# Marilyn Manson & Dita Von Teese



## Viva_la_MAC_Girl (Dec 4, 2005)

Rocker Marilyn Manson married his longtime girlfriend, burlesque dancer Dita Von Teese, on Saturday in front of some 60 guests as fans and well wishers gathered outside, PEOPLE has learned. 

The ceremony took place in Kilsheelan, County Tipperary, Ireland, at Castle Gurteen, the home of the couple's friend, artist Gottfried Helnwein. Contrary to rumors that the pair would exchange their blood during the ceremony, they actually traded vows they wrote for each other. 

Manson (real name Brian Warner), 36, gave Von Teese (real name: Heather Sweet), 33, a wedding band from William Harold Jewelers in Newport Beach, Calif., where he also got her 7-carat, antique, European round-cut diamond engagement ring. The groom's wedding band is a custom-made platinum ring with onyx inlay from Dana Schneider. 

The rocker wore a John Galliano black silk taffeta tuxedo with velvet trim and a Stephen Jones hat, while Von Teese donned a royal purple silk taffeta Vivienne Westwood gown complete with train and petticoats worn over a Mr. Pearl couture corset. Her outfit was accessorized with a tri-corn hat by Stephen Jones and shoes by Christian Louboutin. 

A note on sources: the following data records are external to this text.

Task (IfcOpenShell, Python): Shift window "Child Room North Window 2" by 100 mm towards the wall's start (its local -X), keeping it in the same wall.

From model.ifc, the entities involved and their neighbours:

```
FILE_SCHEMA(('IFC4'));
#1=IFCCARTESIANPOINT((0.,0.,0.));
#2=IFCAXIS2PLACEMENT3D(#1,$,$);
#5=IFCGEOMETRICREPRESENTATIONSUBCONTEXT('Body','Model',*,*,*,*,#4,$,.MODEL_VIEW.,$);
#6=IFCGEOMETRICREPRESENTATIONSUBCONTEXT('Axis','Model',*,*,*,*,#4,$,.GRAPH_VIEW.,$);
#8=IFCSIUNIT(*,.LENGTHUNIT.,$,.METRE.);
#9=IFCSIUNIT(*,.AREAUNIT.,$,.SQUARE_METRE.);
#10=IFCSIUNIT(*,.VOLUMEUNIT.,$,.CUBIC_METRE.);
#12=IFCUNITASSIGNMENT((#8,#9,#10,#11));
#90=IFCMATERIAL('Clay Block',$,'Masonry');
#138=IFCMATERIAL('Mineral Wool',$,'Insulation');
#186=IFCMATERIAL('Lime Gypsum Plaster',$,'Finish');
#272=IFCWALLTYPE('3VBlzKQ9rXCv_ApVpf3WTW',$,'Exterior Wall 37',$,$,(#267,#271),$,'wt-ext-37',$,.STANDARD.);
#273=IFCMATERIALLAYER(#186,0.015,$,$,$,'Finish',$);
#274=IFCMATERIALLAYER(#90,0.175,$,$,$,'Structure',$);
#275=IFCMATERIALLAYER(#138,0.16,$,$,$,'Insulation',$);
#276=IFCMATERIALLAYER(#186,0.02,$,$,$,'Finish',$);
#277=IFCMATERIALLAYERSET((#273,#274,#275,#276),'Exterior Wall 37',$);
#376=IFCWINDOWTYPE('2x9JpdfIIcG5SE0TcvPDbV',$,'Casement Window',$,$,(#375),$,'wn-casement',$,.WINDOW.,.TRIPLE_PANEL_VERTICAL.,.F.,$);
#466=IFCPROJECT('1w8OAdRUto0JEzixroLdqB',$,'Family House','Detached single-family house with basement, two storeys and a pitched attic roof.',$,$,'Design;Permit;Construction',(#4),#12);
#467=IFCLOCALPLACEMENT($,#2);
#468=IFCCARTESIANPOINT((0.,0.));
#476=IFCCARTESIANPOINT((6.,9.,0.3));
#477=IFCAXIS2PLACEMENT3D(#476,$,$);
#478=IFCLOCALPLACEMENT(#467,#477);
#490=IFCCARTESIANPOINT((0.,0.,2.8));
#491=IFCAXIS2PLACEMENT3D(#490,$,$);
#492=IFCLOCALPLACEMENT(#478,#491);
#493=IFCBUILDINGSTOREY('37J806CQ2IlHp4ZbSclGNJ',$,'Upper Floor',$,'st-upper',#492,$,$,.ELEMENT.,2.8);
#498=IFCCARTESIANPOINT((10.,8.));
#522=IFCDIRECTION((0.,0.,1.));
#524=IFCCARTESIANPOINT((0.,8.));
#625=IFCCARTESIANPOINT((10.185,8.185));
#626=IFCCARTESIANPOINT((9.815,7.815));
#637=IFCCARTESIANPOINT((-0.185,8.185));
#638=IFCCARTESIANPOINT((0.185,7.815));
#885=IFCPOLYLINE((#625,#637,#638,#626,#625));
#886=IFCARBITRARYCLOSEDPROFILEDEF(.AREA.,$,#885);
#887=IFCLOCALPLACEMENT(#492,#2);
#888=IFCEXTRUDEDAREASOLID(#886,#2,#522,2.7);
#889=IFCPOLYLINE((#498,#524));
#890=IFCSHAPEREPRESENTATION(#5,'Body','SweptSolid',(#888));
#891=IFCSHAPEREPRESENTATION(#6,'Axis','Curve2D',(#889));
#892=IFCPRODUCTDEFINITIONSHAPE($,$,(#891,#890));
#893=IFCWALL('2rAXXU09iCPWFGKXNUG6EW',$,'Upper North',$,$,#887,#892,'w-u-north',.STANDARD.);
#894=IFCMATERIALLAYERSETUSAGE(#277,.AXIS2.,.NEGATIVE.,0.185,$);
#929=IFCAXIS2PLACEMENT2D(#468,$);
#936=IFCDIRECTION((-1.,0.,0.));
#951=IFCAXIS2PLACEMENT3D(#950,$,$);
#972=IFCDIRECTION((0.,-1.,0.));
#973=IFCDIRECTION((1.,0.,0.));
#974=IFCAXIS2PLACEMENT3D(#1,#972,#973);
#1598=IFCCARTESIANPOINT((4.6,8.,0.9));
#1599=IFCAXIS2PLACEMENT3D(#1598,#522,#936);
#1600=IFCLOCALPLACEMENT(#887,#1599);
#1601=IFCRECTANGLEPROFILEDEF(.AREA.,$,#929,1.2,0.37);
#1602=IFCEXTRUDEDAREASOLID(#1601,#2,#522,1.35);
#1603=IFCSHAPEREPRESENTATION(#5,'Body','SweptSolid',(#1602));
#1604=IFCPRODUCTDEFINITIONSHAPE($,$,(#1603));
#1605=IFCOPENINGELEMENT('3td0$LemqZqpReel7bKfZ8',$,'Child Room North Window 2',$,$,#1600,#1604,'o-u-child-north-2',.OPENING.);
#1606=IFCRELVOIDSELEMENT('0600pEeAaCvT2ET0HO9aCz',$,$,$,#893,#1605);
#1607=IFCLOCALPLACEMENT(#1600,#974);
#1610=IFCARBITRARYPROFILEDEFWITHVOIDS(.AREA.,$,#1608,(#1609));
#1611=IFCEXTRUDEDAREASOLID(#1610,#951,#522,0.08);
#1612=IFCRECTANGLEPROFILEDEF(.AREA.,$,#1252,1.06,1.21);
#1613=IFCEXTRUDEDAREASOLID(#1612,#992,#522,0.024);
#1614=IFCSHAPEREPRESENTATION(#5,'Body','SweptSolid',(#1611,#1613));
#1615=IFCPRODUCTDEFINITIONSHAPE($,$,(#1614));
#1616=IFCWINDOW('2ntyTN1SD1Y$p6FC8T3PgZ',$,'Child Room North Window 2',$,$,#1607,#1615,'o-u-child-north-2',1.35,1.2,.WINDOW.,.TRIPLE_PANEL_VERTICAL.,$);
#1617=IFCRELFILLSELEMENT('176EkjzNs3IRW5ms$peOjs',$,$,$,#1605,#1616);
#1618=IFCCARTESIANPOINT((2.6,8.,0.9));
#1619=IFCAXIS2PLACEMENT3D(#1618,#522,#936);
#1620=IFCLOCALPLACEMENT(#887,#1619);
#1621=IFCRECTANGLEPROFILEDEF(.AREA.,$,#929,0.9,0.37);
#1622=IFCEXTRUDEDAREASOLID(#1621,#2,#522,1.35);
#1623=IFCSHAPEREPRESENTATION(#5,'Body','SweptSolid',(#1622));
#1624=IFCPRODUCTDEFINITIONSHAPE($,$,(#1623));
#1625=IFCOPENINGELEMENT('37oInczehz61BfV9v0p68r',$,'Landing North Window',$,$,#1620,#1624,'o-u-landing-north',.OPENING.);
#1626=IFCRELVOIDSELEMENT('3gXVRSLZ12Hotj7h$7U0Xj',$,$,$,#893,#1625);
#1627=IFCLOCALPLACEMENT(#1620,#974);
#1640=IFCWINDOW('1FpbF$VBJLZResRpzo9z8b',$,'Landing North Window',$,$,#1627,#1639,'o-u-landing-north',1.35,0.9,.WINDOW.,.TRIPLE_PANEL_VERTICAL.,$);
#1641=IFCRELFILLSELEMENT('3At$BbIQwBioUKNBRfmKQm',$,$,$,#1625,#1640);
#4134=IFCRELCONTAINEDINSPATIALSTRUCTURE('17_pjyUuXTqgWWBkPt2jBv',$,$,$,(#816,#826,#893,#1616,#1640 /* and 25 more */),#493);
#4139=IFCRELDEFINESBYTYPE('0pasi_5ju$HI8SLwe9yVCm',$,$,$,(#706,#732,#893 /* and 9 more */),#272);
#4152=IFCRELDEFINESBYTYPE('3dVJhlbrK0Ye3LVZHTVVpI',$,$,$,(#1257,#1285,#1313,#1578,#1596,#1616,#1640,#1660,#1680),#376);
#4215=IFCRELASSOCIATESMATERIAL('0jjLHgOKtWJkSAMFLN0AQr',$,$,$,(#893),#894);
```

```python
import ifcopenshell
import ifcopenshell.api.geometry
import ifcopenshell.util.placement

model = ifcopenshell.open("model.ifc")

window = model.by_guid("2ntyTN1SD1Y$p6FC8T3PgZ")
opening = window.FillsVoids[0].RelatingOpeningElement
wall = opening.VoidsElements[0].RelatingBuildingElement

wall_matrix = ifcopenshell.util.placement.get_local_placement(wall.ObjectPlacement)
shift = wall_matrix[:3, 0] * -0.1
before = ifcopenshell.util.placement.get_local_placement(window.ObjectPlacement)[:3, 3].copy()

# The window is placed relative to its opening, so it follows when the opening moves.
matrix = ifcopenshell.util.placement.get_local_placement(opening.ObjectPlacement)
matrix[:3, 3] += shift
ifcopenshell.api.geometry.edit_object_placement(
    model, product=opening, matrix=matrix, is_si=False, should_transform_children=True
)

after = ifcopenshell.util.placement.get_local_placement(window.ObjectPlacement)[:3, 3]
print("window moved by", (after - before).round(3) + 0.0)

model.write("model-out.ifc")
```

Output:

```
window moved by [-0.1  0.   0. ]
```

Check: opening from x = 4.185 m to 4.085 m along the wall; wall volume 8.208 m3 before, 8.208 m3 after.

Art film director Alejandro Jodorowsky, a longtime friend of the groom, married the couple in the non-denominational ceremony. German singer and bandleader Max Raabe provided the music. The guests included Lisa Marie Presley and C.S.I.'s Eric Szmanda. 

"Everyone expected Manson and Dita to have some sort of crazy vampire wedding, but anyone who knows the couple knew it would be the classy, stylish affair that it was," a wedding guest tells PEOPLE. "They are totally in love." 

The wedding celebration began on Friday night with a 9 p.m. supper in the Conservatory of the Kilshane House, the Regency country home where many of the wedding guests stayed. 

Manson and Von Teese began dating on his 32nd birthday – Jan. 5, 2001. He proposed to her in their Los Angeles home on March 22, 2004. This is the first marriage for both.


----------



## jasper17 (Dec 4, 2005)

I would love to see pictures of this - it sounds so interesting and gorgeous!


----------



## orodwen (Dec 6, 2005)

Quote:

   Originally Posted by *jasper17* 
_I would love to see pictures of this - it sounds so interesting and gorgeous!_

 
same here.  i'd *really* love to see what they wore, heck, the whole shindig.


----------